The Defendants asserted that the binding force of the Daejeon High Court Decision (2017Nu10874) (2017Nu10874) extends to the determination of whether the information constitutes the information subject to disclosure under the proviso of Article 9(1)7 (a) of the Information Disclosure Act. However, as seen in Article 9(1)-1 (c) of the same Act, the above assertion is without merit (as stated in Article 9(1)-1 of the same Act, the facts and legal principles recognized by the Daejeon High Court Decision (2017Nu10874) should be applied to this part). Even if the ○○ Intervenor falls under Article 9(1)7 of the Information Disclosure Act, it is without merit as stated in Article 9(1)-7 (a) of the Information Disclosure Act that some of its contents fall under the scope of Article 9(1) of the Information Disclosure Act, and that all of the information pertaining to safety and health of workers and local residents was disclosed to the public and all of the information pertaining to the factory of this case, but all of this case’s special examination and its contents.

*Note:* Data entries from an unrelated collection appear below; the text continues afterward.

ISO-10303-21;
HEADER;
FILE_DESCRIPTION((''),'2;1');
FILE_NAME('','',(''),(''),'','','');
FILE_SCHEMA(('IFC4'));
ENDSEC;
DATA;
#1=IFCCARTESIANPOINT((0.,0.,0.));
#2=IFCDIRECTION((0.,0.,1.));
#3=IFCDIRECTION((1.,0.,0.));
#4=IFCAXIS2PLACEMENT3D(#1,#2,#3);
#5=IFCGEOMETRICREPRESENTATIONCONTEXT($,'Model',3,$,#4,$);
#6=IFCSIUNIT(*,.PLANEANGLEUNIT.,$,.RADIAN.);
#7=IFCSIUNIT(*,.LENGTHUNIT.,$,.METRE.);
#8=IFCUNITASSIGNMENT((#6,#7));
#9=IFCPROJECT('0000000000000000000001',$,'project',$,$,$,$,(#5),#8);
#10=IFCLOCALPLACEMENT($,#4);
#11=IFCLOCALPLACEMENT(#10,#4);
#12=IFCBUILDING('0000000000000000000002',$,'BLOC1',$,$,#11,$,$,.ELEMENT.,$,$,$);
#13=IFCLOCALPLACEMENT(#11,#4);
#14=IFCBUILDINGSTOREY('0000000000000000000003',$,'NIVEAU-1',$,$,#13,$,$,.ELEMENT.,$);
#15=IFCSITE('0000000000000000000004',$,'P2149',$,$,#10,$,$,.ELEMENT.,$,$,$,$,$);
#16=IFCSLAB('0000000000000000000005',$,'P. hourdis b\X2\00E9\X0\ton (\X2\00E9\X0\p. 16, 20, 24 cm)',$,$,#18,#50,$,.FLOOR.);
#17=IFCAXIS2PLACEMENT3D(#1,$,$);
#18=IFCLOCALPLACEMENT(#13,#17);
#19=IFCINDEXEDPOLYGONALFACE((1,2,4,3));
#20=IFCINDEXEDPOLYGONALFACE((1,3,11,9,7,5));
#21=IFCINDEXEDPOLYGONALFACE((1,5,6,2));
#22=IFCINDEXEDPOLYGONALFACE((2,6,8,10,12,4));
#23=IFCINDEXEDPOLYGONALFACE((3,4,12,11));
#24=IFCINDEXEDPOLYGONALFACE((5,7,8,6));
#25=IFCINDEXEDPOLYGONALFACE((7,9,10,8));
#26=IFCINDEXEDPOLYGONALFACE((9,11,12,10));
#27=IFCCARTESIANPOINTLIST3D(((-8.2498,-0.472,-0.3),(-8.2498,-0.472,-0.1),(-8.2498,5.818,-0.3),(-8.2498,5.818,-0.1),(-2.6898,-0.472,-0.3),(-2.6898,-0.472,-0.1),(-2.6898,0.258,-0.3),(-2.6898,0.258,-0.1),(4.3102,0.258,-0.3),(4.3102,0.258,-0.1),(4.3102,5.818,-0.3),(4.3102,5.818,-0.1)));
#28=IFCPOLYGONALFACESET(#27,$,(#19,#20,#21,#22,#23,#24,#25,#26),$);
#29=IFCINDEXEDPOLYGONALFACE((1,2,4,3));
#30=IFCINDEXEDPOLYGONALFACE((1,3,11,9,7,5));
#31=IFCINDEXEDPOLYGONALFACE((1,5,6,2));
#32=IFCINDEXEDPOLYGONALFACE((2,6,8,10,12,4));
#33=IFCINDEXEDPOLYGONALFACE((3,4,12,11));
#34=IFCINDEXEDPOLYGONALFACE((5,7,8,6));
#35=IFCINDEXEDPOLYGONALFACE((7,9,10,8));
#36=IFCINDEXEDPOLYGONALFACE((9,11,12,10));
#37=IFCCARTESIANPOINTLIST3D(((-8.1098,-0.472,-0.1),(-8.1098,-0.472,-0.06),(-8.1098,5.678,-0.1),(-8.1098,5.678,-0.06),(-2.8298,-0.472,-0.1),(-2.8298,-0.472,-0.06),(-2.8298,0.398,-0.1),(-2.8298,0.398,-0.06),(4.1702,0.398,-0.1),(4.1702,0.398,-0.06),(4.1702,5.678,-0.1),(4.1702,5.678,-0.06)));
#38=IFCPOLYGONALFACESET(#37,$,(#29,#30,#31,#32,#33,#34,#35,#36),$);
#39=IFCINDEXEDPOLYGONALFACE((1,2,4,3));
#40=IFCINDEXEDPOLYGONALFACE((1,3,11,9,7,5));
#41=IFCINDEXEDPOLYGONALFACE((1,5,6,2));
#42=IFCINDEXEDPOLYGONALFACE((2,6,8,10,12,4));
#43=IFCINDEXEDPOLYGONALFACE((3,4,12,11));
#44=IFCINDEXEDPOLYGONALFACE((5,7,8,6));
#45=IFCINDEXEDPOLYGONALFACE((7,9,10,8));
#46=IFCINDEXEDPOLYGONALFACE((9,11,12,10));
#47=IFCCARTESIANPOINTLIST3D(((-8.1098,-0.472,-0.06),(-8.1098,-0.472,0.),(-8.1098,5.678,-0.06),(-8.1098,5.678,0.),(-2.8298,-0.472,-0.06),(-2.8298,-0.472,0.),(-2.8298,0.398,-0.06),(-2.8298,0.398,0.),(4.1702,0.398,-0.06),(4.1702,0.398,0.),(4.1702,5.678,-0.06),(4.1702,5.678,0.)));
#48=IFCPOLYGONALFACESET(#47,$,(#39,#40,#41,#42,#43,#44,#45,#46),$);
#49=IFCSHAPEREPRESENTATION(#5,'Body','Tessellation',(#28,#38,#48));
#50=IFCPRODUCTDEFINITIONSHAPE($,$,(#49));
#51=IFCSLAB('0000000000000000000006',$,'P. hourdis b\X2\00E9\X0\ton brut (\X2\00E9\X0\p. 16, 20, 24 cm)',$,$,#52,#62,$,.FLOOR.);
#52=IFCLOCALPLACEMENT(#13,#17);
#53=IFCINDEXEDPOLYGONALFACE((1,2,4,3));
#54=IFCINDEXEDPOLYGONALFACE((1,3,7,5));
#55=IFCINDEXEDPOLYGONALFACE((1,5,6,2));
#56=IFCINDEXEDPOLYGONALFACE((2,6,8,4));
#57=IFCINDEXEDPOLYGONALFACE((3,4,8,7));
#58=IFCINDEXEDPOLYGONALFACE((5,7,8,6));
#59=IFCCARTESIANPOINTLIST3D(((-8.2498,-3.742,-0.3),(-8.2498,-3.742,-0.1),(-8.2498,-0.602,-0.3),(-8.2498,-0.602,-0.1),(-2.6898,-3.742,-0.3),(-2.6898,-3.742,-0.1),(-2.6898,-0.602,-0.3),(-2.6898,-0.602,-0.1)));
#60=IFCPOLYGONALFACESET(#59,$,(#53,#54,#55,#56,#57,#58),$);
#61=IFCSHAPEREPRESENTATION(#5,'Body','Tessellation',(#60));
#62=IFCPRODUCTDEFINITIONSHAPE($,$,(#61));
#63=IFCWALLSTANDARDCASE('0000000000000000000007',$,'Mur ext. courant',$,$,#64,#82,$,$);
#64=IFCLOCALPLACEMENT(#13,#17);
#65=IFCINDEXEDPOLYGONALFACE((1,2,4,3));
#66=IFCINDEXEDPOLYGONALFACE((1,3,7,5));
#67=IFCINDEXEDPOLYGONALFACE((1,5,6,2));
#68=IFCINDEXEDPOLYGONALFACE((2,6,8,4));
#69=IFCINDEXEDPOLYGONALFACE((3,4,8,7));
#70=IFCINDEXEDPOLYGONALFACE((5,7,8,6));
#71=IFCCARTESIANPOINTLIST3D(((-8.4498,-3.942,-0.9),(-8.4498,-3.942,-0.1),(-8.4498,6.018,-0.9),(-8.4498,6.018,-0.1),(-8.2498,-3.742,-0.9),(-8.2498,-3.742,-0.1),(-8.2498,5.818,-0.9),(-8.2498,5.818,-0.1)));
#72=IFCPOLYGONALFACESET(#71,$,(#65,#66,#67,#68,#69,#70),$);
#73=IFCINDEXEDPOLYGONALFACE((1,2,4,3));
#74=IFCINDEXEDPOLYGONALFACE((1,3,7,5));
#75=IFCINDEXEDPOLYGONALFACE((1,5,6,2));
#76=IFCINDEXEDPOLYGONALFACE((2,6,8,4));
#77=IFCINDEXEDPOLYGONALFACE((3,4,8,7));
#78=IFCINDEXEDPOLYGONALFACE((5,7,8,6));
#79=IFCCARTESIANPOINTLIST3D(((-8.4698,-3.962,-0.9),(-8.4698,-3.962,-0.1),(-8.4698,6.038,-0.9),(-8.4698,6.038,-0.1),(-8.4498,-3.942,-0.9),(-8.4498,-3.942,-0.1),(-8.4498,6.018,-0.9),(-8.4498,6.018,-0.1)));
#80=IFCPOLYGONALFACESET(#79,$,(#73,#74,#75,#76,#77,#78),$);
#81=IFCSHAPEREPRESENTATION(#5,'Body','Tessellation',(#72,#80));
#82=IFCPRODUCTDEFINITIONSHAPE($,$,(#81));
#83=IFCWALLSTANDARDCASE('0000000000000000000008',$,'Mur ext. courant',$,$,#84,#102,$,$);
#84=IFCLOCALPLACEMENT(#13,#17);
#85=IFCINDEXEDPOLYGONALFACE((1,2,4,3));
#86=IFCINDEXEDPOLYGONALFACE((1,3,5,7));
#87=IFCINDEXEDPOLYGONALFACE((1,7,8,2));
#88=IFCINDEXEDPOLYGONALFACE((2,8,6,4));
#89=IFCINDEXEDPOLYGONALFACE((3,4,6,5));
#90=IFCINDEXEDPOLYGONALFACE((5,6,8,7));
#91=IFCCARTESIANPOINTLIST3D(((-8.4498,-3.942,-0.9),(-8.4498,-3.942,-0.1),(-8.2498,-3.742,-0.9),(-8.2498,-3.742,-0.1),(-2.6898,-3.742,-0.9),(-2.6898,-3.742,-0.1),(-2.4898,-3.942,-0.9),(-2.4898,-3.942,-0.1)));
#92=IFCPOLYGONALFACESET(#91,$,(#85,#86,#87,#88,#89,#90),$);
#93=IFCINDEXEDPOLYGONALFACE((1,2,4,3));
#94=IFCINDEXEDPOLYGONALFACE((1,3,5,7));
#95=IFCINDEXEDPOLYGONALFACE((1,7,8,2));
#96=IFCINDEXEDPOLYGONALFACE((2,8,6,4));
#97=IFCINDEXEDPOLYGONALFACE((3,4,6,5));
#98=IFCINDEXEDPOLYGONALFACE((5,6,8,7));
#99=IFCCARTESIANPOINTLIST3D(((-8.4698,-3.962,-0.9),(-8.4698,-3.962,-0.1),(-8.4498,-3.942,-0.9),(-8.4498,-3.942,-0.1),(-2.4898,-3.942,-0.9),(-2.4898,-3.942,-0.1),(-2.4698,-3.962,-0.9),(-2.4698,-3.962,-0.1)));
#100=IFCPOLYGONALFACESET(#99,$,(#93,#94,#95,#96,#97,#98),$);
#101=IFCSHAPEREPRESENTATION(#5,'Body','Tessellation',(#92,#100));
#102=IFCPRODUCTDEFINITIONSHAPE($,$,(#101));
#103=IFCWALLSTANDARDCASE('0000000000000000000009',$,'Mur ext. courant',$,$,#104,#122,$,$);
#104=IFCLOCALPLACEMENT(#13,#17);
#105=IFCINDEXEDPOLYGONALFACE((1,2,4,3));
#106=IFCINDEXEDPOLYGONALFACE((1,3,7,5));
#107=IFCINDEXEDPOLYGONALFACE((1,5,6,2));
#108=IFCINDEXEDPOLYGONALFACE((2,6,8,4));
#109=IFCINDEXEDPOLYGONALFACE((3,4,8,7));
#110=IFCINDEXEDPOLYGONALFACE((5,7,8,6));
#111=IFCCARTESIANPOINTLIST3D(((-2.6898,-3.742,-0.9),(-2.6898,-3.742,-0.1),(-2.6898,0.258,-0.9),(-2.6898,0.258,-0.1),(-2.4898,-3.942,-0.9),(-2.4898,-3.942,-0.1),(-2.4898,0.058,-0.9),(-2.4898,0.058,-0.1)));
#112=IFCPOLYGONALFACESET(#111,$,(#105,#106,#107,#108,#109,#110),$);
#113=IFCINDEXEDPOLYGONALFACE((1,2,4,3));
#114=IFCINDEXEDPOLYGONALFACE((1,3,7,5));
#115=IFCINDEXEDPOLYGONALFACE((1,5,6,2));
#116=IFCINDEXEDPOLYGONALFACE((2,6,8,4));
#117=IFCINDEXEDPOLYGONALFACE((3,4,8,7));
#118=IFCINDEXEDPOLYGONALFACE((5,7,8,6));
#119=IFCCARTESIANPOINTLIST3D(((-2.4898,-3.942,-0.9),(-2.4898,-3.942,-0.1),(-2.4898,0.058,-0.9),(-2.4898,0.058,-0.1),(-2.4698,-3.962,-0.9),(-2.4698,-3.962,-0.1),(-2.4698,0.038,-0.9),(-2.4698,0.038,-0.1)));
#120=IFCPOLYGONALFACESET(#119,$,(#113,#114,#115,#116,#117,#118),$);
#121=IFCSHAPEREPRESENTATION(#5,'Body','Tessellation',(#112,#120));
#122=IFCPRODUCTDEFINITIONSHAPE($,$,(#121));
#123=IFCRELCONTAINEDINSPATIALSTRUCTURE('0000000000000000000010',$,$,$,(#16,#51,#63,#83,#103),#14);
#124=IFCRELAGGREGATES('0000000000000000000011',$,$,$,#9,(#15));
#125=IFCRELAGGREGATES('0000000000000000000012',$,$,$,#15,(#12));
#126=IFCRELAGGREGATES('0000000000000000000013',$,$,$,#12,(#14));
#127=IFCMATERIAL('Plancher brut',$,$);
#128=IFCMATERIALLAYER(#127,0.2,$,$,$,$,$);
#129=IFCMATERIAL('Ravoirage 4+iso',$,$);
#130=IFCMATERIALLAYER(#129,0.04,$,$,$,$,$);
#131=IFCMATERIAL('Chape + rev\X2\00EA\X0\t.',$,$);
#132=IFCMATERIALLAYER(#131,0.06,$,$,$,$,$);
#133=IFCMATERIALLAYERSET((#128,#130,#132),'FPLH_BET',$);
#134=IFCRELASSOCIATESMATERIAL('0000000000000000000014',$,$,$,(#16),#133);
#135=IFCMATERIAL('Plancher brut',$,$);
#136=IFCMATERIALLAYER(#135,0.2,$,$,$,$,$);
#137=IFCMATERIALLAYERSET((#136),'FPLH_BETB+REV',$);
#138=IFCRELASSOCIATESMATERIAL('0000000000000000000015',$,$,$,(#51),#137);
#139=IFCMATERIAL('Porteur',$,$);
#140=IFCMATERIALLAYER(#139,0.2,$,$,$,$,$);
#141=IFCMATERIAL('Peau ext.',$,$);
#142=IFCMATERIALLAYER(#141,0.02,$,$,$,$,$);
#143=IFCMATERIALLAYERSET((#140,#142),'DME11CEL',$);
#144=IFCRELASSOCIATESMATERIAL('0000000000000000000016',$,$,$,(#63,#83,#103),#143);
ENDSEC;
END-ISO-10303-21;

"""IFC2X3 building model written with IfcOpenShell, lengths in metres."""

from ifc_helpers import new_model, si_unit, point, frame, origin_with_axes, place, context, project, spatial, line_curve, trimmed, segment, composite_curve, outline, extrude, material, layer, layer_set, layer_usage, element, save


model = new_model("IFC2X3")

# Units and contexts
model_context = context("Model", 3, world=origin_with_axes())
ifc_project = project(units=[si_unit("PLANEANGLEUNIT", "RADIAN"), si_unit("LENGTHUNIT", "METRE")], contexts=[model_context])

# Site, building, storey
site_placement = place(None, origin_with_axes())
site = spatial("IfcSite", under=ifc_project, at=site_placement, Name="P2149", CompositionType="ELEMENT")
building_placement = place(site_placement, origin_with_axes())
building = spatial("IfcBuilding", under=site, at=building_placement, Name="BLOC1", CompositionType="ELEMENT")
storey_placement = place(building_placement, origin_with_axes())
storey = spatial("IfcBuildingStorey", under=building, at=storey_placement, Name="NIVEAU-1", CompositionType="ELEMENT")

# Slabs
ifc_material_1 = material(Name="Plancher brut")
ifc_layer_1 = layer(ifc_material_1, 0.2)
ifc_material_2 = material(Name="Ravoirage 4+iso")
ifc_layer_2 = layer(ifc_material_2, 0.04)
ifc_material_3 = material(Name="Chape + revêt.")
ifc_layer_3 = layer(ifc_material_3, 0.06)
ifc_layer_set_1 = layer_set([ifc_layer_1, ifc_layer_2, ifc_layer_3], Name="FPLH_BET")
ifc_layer_usage_1 = layer_usage(ifc_layer_set_1, "AXIS3", "POSITIVE", 0.0)
slab_1_placement = place(storey_placement, origin_with_axes())
element("IfcSlab", 1, at=slab_1_placement, inside=storey, material=ifc_layer_usage_1, Name="P. hourdis béton (ép. 16, 20, 24 cm)", PredefinedType="FLOOR", context=model_context, shape_type="SweptSolid", body=[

3) In light of the above circumstances, it is difficult to recognize that the key information constitutes information that requires disclosure in order to protect the lives, bodies, and health of people from the foregoing damage caused by business activities.
5. Conclusion
Since the part ordering the disclosure of key information among the decision of the defendants in this case should be revoked in an unlawful manner, the plaintiff's claim against the defendants should be accepted within the scope of the above recognition, and the remaining claim should be dismissed as it is without merit. The judgment of the court of first instance is justified in conclusion, and the defendants' appeal is dismissed as it is without merit.
Judges
The judge of the presiding judge shall be mining only
Judges' Quota
Judges Training Sub-Appellant
Note tin
1) The aforementioned provision was wholly amended by Act No. 9434 on February 6, 2009, and the Occupational Safety and Health Act was wholly amended on January 15, 2019.
Until now the wording was modified.
(ii) the area designated by the process as a space for processing the wafers forming the base of semiconductors in semiconductor process.
the space where the manufacturing facilities are displayed on a one-way basis means a space where workers work.
3) Article 40 of the former Working Environment Measurement and Accuracy Management Regulations (amended by the Ministry of Labor No. 45 on December 11, 2007)
Since the enactment of Paragraph 3, it has reached the present time through only the modification of the number and wording of the provision.